CREATE TABLE studentemp (
	studentident INT,
	hourlysalary INT,
	CONSTRAINT PK_studentemp PRIMARY KEY (studentident)
	);

INSERT INTO studentemp VALUES (150, 12);
INSERT INTO studentemp VALUES (130, 15);
INSERT INTO studentemp VALUES (190, 20);

CREATE TABLE morestudent (
	studentid INT,
	name VARCHAR(255),
	major VARCHAR(255),
	year INT,
	CONSTRAINT PK_morestudent PRIMARY KEY (studentid, major),
	CONSTRAINT FK_morestudent_to_major FOREIGN KEY (major)
		REFERENCES major(major)
	);

INSERT INTO morestudent VALUES (150, 'Tim', 'COMM', 3);
INSERT INTO morestudent VALUES (140, 'Brian', 'CS', 2);
INSERT INTO morestudent VALUES (160, 'Will', 'COMM', 2);
'''

prompt = '''
### Task
Consider the database schema below and answer the question that follows.

### Database Schema
This query will run on a database whose schema is represented in this string:

```sql{schema}```

### SQL
Given the database schema, here is the SQL query that answers `{question}`:
'''

In [4]:
question = 'How many courses are each of the students in the STUDENT table currently taking?'

# the default system message will be used
messages = [{'role': 'user', 'content': prompt.format(question = question,
                                                      schema = schema)}]

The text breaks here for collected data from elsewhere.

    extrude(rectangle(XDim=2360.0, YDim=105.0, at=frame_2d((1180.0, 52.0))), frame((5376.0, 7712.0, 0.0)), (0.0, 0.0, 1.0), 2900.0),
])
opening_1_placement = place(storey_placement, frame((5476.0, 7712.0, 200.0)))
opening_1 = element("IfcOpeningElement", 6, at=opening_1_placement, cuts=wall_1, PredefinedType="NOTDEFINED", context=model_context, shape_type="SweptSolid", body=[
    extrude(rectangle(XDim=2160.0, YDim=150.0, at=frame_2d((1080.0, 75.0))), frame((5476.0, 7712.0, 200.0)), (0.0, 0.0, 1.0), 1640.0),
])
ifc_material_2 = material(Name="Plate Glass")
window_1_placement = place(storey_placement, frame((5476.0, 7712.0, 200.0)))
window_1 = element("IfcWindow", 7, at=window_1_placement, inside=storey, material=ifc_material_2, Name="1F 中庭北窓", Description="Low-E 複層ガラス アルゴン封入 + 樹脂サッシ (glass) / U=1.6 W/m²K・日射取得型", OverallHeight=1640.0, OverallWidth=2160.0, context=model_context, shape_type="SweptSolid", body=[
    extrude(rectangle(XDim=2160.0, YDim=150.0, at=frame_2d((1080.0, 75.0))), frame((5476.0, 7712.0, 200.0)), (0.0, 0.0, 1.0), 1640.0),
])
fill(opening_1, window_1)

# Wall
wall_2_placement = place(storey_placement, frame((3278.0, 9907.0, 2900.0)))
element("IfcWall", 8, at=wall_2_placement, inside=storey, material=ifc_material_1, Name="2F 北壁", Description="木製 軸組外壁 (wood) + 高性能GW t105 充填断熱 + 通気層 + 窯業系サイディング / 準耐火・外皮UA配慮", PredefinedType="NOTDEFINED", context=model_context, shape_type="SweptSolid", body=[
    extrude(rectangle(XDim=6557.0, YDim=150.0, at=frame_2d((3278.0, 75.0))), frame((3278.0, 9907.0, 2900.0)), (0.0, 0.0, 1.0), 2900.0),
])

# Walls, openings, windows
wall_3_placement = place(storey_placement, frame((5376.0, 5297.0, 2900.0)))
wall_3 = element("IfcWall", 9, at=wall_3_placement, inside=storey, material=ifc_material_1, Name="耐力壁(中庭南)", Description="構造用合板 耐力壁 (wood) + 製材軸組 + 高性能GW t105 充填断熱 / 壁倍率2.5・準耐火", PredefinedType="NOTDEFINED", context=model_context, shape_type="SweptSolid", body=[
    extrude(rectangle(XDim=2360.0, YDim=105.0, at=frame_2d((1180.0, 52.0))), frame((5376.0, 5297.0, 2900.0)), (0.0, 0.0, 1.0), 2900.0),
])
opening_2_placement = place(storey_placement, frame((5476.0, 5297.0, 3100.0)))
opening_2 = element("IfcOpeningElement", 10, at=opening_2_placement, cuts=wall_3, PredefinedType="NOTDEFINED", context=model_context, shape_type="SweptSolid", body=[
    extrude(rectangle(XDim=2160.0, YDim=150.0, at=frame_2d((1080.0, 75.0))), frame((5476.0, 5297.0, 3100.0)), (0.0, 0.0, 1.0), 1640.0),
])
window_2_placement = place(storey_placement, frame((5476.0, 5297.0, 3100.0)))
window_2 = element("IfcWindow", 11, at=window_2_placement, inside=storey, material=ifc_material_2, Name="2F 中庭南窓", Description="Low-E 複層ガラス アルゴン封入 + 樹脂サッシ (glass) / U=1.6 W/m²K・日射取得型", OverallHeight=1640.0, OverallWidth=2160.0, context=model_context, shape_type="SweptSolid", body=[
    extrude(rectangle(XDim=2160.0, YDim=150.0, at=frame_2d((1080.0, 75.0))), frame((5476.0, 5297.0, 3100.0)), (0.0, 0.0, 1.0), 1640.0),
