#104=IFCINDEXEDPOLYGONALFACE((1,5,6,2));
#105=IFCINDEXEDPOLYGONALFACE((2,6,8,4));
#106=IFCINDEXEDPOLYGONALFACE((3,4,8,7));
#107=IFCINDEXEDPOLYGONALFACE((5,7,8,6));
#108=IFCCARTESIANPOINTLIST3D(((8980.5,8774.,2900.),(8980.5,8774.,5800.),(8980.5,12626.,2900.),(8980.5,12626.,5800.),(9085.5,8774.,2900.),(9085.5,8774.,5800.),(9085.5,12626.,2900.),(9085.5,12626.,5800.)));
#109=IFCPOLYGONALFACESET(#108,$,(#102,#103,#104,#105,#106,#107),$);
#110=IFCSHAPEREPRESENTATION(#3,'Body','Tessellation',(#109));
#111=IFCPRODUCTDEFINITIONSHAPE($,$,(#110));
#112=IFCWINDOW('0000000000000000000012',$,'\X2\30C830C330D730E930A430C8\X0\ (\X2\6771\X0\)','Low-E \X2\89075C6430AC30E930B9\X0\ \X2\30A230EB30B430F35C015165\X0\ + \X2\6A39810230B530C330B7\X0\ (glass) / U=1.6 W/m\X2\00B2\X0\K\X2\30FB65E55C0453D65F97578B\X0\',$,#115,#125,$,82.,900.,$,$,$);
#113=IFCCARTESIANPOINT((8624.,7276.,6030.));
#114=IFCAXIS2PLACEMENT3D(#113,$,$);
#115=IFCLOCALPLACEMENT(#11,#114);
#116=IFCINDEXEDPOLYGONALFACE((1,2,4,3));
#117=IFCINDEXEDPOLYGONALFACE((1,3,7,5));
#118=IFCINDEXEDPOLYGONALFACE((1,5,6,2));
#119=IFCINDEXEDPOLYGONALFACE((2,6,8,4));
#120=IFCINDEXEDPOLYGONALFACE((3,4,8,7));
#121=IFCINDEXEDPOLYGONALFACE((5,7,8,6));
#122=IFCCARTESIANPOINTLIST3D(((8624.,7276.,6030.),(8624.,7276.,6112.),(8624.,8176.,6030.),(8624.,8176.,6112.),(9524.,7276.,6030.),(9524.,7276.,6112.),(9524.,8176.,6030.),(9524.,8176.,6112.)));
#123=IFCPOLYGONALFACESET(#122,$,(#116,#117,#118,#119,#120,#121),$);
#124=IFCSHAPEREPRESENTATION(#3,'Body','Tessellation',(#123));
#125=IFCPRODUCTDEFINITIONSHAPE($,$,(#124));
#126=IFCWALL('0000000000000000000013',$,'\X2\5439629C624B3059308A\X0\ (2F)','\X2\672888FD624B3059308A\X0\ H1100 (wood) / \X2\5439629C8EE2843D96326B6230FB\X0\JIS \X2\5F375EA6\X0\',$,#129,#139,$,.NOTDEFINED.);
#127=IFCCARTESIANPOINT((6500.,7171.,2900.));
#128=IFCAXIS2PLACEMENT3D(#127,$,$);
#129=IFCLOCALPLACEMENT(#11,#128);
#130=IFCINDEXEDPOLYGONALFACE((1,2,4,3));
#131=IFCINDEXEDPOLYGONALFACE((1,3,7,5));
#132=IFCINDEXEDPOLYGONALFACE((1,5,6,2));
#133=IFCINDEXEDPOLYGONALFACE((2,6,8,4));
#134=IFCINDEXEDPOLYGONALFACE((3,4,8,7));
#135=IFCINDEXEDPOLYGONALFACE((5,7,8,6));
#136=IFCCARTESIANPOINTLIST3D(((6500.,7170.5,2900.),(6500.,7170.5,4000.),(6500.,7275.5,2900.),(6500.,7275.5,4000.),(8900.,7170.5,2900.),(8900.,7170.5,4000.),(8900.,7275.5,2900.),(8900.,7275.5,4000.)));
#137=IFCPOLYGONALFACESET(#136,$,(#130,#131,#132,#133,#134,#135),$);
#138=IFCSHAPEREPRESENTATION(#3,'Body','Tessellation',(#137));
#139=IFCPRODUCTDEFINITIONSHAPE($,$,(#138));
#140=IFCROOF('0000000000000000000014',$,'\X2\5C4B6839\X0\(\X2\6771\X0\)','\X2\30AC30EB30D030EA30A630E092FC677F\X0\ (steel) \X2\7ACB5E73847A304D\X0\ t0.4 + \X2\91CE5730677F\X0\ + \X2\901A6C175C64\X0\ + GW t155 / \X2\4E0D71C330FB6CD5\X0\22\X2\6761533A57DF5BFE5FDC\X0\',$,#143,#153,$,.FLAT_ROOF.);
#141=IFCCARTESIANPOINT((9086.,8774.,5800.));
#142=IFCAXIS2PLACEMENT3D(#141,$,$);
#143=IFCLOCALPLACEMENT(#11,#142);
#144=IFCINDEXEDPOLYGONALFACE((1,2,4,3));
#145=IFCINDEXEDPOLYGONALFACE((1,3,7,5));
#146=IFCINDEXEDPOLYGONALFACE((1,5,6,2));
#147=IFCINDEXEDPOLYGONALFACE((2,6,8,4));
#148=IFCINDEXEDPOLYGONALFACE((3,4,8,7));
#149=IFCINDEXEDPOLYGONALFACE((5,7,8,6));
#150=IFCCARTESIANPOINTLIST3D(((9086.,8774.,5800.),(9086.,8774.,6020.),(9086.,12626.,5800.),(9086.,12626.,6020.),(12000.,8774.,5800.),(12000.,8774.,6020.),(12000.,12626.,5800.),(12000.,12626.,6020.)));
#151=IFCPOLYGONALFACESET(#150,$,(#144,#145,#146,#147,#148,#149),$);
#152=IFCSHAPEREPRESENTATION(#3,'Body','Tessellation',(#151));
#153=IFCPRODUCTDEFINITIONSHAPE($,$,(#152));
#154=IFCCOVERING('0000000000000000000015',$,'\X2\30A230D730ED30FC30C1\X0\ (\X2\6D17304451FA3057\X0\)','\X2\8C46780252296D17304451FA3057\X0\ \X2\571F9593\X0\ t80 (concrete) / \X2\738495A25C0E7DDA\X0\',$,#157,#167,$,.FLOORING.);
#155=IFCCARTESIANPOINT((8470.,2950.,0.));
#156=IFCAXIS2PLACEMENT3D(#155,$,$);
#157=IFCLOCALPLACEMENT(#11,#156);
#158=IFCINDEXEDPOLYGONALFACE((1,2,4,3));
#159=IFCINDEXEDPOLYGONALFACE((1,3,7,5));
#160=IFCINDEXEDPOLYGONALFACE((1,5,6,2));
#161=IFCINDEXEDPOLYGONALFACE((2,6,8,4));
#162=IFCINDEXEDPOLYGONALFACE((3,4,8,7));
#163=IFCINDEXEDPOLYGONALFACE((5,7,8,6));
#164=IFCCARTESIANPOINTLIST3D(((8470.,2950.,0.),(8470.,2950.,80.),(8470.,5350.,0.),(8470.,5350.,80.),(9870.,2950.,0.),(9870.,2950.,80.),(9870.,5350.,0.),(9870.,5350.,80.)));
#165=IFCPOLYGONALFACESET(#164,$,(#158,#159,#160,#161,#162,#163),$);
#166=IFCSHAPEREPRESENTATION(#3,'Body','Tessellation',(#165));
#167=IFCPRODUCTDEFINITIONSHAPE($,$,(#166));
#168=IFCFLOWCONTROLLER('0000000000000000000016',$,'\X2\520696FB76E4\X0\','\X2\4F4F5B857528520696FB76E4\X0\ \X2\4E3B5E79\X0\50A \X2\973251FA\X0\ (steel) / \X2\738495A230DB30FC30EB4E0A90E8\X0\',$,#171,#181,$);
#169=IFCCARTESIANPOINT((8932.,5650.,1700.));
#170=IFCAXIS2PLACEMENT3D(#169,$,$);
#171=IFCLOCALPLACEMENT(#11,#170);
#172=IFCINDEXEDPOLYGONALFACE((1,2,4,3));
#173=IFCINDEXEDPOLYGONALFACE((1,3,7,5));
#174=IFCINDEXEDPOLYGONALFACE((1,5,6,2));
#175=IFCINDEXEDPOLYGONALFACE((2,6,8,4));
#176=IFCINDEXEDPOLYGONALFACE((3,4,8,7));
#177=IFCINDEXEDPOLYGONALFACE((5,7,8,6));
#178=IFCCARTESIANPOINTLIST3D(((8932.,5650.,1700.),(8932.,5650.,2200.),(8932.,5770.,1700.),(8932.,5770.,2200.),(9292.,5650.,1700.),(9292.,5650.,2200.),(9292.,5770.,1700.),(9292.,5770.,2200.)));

response_message = pipe(messages, max_new_tokens = 512)[0]['generated_text'][-1]

print(response_message['content'])

To determine how many courses each student in the `STUDENT` table is currently taking, we can use the following SQL query:

```sql
SELECT s.studentid, s.name, COUNT(t.courseid) AS number_of_courses
FROM student s
JOIN takes t ON s.studentid = t.studentid
GROUP BY s.studentid, s.name;
```

This query works as follows:
- It joins the `student` table (`s`) with the `takes` table (`t`) on the `studentid` field to get the courses taken by each student.
- It groups the results by `studentid` and `name` to ensure that the count of courses is calculated for each individual student.
- It uses the `COUNT` function to count the number of `courseid` entries for each student, which represents the number of courses they are currently taking.
- The result includes the `studentid`, `name`, and the `number_of_courses` for each student.